* WORK TO BE COMPLETED:
Compute how many lines in the entries below contain "IFCUNITASSIGNMENT", and output nothing but the number.

* PROVIDED ENTRIES:

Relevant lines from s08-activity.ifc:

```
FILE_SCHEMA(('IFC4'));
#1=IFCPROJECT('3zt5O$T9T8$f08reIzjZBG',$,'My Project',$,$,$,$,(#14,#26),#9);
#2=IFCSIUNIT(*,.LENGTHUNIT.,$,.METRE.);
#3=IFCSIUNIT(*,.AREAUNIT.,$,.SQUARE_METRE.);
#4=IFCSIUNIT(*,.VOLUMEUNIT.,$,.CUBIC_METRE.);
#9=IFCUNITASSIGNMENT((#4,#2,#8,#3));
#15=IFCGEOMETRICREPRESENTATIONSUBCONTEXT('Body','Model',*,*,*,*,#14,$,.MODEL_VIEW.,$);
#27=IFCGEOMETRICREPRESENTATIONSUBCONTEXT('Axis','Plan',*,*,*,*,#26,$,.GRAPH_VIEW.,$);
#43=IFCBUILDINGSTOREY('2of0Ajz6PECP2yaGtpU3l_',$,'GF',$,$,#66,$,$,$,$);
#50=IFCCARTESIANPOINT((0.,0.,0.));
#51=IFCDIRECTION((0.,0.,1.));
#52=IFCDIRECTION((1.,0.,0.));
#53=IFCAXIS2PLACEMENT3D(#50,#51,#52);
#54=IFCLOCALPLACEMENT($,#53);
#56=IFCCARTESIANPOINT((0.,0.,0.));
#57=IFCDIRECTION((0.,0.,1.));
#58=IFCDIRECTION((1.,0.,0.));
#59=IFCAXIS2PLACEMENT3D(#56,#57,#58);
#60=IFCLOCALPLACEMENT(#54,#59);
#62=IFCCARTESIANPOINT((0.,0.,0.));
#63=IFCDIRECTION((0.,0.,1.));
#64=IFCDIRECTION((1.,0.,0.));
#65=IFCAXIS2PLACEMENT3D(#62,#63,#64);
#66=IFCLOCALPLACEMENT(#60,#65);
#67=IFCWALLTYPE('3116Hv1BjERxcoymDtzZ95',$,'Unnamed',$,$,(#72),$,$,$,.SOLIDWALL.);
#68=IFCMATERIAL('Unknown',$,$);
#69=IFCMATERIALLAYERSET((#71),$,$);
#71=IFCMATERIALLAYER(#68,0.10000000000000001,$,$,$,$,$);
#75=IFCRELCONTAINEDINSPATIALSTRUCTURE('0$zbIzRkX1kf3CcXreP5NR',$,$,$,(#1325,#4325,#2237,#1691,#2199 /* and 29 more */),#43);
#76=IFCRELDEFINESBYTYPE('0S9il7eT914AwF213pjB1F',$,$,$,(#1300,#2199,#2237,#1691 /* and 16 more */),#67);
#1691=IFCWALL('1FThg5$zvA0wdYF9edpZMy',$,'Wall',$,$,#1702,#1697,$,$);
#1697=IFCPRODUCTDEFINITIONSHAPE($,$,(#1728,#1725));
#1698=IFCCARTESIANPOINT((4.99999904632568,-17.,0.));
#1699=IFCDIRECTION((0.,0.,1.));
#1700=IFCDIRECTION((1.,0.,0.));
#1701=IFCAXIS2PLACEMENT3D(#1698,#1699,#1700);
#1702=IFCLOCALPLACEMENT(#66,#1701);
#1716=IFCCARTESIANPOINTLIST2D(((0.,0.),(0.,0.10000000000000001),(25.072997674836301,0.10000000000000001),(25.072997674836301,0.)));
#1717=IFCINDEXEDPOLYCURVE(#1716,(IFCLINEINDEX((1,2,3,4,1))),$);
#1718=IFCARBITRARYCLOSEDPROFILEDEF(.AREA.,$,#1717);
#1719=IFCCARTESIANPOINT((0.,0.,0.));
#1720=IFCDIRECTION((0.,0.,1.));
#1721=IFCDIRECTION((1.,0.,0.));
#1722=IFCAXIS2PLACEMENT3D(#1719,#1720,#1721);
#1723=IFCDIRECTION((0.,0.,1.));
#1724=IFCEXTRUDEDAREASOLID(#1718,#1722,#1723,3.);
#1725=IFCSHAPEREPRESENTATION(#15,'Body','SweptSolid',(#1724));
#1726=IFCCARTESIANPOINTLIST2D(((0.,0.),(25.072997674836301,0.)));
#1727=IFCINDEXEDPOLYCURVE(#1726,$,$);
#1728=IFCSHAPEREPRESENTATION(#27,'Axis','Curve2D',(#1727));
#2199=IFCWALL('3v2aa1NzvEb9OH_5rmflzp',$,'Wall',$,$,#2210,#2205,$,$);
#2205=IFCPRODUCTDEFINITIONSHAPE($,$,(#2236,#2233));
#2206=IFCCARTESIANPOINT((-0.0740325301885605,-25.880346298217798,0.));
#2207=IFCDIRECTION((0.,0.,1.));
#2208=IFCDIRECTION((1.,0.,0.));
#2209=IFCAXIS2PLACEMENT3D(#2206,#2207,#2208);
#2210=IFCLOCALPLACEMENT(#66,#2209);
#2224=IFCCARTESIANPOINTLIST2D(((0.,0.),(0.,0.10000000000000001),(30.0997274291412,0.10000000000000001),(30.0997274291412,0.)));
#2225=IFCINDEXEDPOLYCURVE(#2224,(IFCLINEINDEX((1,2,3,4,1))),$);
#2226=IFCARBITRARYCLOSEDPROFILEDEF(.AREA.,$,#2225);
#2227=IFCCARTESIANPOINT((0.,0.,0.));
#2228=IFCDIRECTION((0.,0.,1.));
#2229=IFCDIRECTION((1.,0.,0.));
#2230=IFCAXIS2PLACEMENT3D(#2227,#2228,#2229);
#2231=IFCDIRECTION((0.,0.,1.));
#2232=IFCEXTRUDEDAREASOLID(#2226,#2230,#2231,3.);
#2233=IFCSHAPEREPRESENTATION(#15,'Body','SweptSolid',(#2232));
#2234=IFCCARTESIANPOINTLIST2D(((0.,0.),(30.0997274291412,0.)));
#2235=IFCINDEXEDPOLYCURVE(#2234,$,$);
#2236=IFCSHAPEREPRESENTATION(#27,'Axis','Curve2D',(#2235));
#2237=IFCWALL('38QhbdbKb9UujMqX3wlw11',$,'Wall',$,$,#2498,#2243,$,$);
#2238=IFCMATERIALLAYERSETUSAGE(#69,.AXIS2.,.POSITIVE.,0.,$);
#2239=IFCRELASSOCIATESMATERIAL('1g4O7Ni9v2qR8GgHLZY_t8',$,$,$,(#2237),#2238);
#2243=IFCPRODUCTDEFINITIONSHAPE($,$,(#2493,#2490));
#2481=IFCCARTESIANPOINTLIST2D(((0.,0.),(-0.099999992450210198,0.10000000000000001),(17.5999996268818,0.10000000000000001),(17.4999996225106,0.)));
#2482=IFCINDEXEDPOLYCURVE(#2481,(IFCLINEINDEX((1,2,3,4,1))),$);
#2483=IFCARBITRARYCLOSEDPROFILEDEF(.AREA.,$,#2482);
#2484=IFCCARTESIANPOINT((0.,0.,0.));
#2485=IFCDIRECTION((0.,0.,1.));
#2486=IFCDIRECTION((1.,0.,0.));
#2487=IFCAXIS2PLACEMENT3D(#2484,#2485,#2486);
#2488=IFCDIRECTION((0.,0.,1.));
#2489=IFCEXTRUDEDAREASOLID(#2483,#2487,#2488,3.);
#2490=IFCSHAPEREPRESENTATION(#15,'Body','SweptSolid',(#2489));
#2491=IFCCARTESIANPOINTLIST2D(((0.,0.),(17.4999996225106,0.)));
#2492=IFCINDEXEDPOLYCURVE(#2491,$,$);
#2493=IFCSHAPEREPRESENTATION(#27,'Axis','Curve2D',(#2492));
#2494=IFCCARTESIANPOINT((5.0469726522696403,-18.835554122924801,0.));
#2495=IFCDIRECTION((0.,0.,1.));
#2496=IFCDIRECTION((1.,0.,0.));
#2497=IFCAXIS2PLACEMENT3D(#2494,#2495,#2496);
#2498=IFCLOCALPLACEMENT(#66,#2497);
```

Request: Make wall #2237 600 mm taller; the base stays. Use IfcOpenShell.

```python
import ifcopenshell
import ifcopenshell.geom
import ifcopenshell.util.representation
import ifcopenshell.util.shape
import ifcopenshell.util.unit

model = ifcopenshell.open("s08-activity.ifc")
unit_scale = ifcopenshell.util.unit.calculate_unit_scale(model)
settings = ifcopenshell.geom.settings()


def volume(element):
    """Net volume in cubic metres, openings subtracted."""
    shape = ifcopenshell.geom.create_shape(settings, element)
    return ifcopenshell.util.shape.get_volume(shape.geometry)


wall = model.by_id(2237)
before = volume(wall)

body = ifcopenshell.util.representation.get_representation(wall, "Model", "Body")
solid = body.Items[0]
old_height = solid.Depth
solid.Depth += 0.6 / unit_scale
after = volume(wall)

print(f"height {old_height:g} -> {solid.Depth:g}, volume {before:.3f} -> {after:.3f} m3")

model.write("s08-activity_rev.ifc")
```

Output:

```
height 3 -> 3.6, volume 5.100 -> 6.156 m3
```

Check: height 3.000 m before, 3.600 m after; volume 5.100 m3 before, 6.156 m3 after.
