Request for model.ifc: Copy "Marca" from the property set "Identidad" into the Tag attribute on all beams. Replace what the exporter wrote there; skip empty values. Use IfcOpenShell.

First a look at what the model holds.

```python
import ifcopenshell
import ifcopenshell.util.element

model = ifcopenshell.open("model.ifc")
print(model.schema)
beams = model.by_type("IfcBeam")
print(len(beams), "beams")
for e in beams[:8]:
    source = ifcopenshell.util.element.get_pset(e, "Identidad", "Marca")
    target = e.Tag
    print(e.id(), repr(source), repr(target), sep=" | ")
```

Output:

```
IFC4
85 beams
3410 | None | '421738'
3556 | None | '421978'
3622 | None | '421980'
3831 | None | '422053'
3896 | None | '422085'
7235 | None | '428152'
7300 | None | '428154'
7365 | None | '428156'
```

```python
import ifcopenshell
import ifcopenshell.util.element

model = ifcopenshell.open("model.ifc")

count = 0
for e in model.by_type("IfcBeam"):
    value = ifcopenshell.util.element.get_pset(e, "Identidad", "Marca")
    current = e.Tag
    if not value or not value.strip() or current == value:
        continue
    e.Tag = value
    count += 1

print(count, "beams updated")

model.write("model-out.ifc")
```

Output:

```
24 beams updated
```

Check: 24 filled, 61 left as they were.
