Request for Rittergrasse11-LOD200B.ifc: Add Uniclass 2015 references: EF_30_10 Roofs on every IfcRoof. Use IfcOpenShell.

First a look at what the model holds.

```python
import ifcopenshell

model = ifcopenshell.open("Rittergrasse11-LOD200B.ifc")
print(model.schema)
print("classifications:", [c.Name for c in model.by_type("IfcClassification")])
for ifc_class in ("IfcDoor", "IfcRoof", "IfcStair", "IfcWall", "IfcWindow"):
    print(ifc_class, len(model.by_type(ifc_class)))
```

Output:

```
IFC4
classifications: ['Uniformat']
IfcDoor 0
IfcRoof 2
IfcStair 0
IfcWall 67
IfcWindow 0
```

```python
import ifcopenshell
import ifcopenshell.api.classification

model = ifcopenshell.open("Rittergrasse11-LOD200B.ifc")

system = ifcopenshell.api.classification.add_classification(model, classification="Uniclass 2015")

codes = {
    "IfcRoof": ("EF_30_10", "Roofs"),
}
for ifc_class, (code, name) in codes.items():
    products = model.by_type(ifc_class)
    ifcopenshell.api.classification.add_reference(
        model, products=products, classification=system, identification=code, name=name
    )
    print(code, len(products))

model.write("Rittergrasse11-LOD200B_edited.ifc")
```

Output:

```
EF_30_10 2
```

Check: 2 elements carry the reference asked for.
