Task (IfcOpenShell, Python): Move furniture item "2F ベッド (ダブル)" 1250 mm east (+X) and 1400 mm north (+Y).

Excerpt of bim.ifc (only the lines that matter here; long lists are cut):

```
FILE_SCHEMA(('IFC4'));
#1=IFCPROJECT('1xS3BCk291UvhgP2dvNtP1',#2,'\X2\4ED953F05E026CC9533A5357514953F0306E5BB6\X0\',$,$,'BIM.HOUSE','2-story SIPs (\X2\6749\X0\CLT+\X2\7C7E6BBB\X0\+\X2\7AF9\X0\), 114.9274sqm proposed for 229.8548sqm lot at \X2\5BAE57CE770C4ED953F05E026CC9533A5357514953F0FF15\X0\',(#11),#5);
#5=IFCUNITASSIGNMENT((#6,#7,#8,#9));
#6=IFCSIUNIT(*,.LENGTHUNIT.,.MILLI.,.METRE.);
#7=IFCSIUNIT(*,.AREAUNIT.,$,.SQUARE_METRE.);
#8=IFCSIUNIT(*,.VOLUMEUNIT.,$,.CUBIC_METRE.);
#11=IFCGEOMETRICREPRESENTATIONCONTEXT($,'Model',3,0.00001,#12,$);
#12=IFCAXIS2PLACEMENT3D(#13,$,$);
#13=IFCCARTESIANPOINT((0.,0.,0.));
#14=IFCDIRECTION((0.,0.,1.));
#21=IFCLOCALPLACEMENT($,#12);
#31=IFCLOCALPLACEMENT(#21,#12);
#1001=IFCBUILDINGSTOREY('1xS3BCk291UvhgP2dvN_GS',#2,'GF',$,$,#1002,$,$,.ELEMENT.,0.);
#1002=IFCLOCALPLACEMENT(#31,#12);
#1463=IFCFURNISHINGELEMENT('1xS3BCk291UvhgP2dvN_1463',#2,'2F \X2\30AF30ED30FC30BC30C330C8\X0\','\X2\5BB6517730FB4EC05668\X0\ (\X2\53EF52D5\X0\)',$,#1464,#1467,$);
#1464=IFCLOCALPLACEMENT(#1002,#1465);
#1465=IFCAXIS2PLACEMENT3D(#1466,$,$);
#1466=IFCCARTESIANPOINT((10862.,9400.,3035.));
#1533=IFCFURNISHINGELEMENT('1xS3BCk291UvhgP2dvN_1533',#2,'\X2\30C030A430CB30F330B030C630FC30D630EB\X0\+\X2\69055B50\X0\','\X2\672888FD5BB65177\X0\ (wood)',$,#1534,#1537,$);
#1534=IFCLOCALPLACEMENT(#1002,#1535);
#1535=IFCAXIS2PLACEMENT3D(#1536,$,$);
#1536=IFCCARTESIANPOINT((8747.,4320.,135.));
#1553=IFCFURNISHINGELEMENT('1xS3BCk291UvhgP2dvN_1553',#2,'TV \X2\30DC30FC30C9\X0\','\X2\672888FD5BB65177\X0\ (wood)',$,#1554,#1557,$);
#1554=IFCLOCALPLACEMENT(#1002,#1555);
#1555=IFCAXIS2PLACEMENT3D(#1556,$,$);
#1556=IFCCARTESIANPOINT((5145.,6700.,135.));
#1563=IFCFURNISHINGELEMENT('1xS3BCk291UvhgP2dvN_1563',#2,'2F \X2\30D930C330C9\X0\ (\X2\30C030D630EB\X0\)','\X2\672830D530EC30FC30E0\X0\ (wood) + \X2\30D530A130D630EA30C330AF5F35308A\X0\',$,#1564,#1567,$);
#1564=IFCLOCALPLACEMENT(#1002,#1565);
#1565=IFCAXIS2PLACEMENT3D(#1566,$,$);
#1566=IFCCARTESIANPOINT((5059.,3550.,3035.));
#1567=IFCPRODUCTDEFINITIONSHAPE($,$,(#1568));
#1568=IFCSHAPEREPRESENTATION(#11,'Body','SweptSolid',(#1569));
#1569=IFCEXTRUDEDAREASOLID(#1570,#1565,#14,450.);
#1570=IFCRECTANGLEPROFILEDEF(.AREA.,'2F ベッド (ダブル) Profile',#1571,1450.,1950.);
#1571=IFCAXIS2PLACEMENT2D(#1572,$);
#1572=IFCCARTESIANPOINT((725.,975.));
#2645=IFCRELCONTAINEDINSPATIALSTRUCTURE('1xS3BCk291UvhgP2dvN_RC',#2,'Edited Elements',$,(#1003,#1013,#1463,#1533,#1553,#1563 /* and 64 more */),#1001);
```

```python
import ifcopenshell
import ifcopenshell.api.geometry
import ifcopenshell.util.placement
import ifcopenshell.util.unit

model = ifcopenshell.open("bim.ifc")
unit_scale = ifcopenshell.util.unit.calculate_unit_scale(model)

item = model.by_guid("1xS3BCk291UvhgP2dvN_1563")
matrix = ifcopenshell.util.placement.get_local_placement(item.ObjectPlacement)
matrix[0, 3] += 1.25 / unit_scale
matrix[1, 3] += 1.4 / unit_scale
ifcopenshell.api.geometry.edit_object_placement(model, product=item, matrix=matrix, is_si=False)

print(ifcopenshell.util.placement.get_local_placement(item.ObjectPlacement).round(3) + 0.0)

model.write("bim_edited.ifc")
```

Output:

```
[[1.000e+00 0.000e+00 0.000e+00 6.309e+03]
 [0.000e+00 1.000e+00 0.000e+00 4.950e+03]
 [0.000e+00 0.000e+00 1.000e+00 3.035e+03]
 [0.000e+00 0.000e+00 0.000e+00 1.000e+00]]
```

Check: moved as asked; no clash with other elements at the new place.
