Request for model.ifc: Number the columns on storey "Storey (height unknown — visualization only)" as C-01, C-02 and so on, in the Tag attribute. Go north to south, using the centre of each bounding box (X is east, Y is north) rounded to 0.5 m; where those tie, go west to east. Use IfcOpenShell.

First a look at what the model holds.

```python
import ifcopenshell
import ifcopenshell.util.element
import ifcopenshell.util.placement

model = ifcopenshell.open("model.ifc")
print(model.schema)
storey = next(s for s in model.by_type("IfcBuildingStorey") if s.Name == "Storey (height unknown — visualization only)")
columns = [e for e in ifcopenshell.util.element.get_decomposition(storey) if e.is_a("IfcColumn")]
for e in sorted(columns, key=lambda e: e.id()):
    origin = ifcopenshell.util.placement.get_local_placement(e.ObjectPlacement)[:3, 3]
    print(e.id(), e.Tag, e.Name, origin.round(2) + 0.0, sep=" | ")
```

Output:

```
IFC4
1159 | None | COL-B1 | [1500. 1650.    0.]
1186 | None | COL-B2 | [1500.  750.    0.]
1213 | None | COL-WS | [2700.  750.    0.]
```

```python
import ifcopenshell
import ifcopenshell.geom
import ifcopenshell.util.element
import ifcopenshell.util.shape

model = ifcopenshell.open("model.ifc")
settings = ifcopenshell.geom.settings()
settings.set("use-world-coords", True)


def centre(element):
    shape = ifcopenshell.geom.create_shape(settings, element)
    return ifcopenshell.util.shape.get_bbox_centroid(shape.geometry)


storey = next(s for s in model.by_type("IfcBuildingStorey") if s.Name == "Storey (height unknown — visualization only)")
columns = [e for e in ifcopenshell.util.element.get_decomposition(storey) if e.is_a("IfcColumn")]

# Insertion points can sit at a corner or the storey origin, so sort by the geometry (in metres).
centres = {e: centre(e) for e in columns}
columns.sort(key=lambda e: (-round(centres[e][1] / 0.5), centres[e][0]))

for i, e in enumerate(columns, start=1):
    number = f"C-{i:02d}"
    e.Tag = number
    print(e.id(), number)

model.write("model_edited.ifc")
```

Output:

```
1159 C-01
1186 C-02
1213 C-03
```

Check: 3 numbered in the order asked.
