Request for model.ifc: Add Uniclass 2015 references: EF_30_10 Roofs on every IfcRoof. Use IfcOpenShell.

First a look at what the model holds.

```python
import ifcopenshell

model = ifcopenshell.open("model.ifc")
print(model.schema)
print("classifications:", [c.Name for c in model.by_type("IfcClassification")])
for ifc_class in ("IfcDoor", "IfcRoof", "IfcStair", "IfcWall", "IfcWindow"):
    print(ifc_class, len(model.by_type(ifc_class)))
```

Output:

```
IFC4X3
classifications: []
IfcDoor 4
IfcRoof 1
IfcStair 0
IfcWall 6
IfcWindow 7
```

```python
import ifcopenshell
import ifcopenshell.api.classification

model = ifcopenshell.open("model.ifc")

system = ifcopenshell.api.classification.add_classification(model, classification="Uniclass 2015")

codes = {
    "IfcRoof": ("EF_30_10", "Roofs"),
}
for ifc_class, (code, name) in codes.items():
    products = model.by_type(ifc_class)
    ifcopenshell.api.classification.add_reference(
        model, products=products, classification=system, identification=code, name=name
    )
    print(code, len(products))

model.write("model-out.ifc")
```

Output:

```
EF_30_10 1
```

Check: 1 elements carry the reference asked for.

* SOLUTION BELOW:
2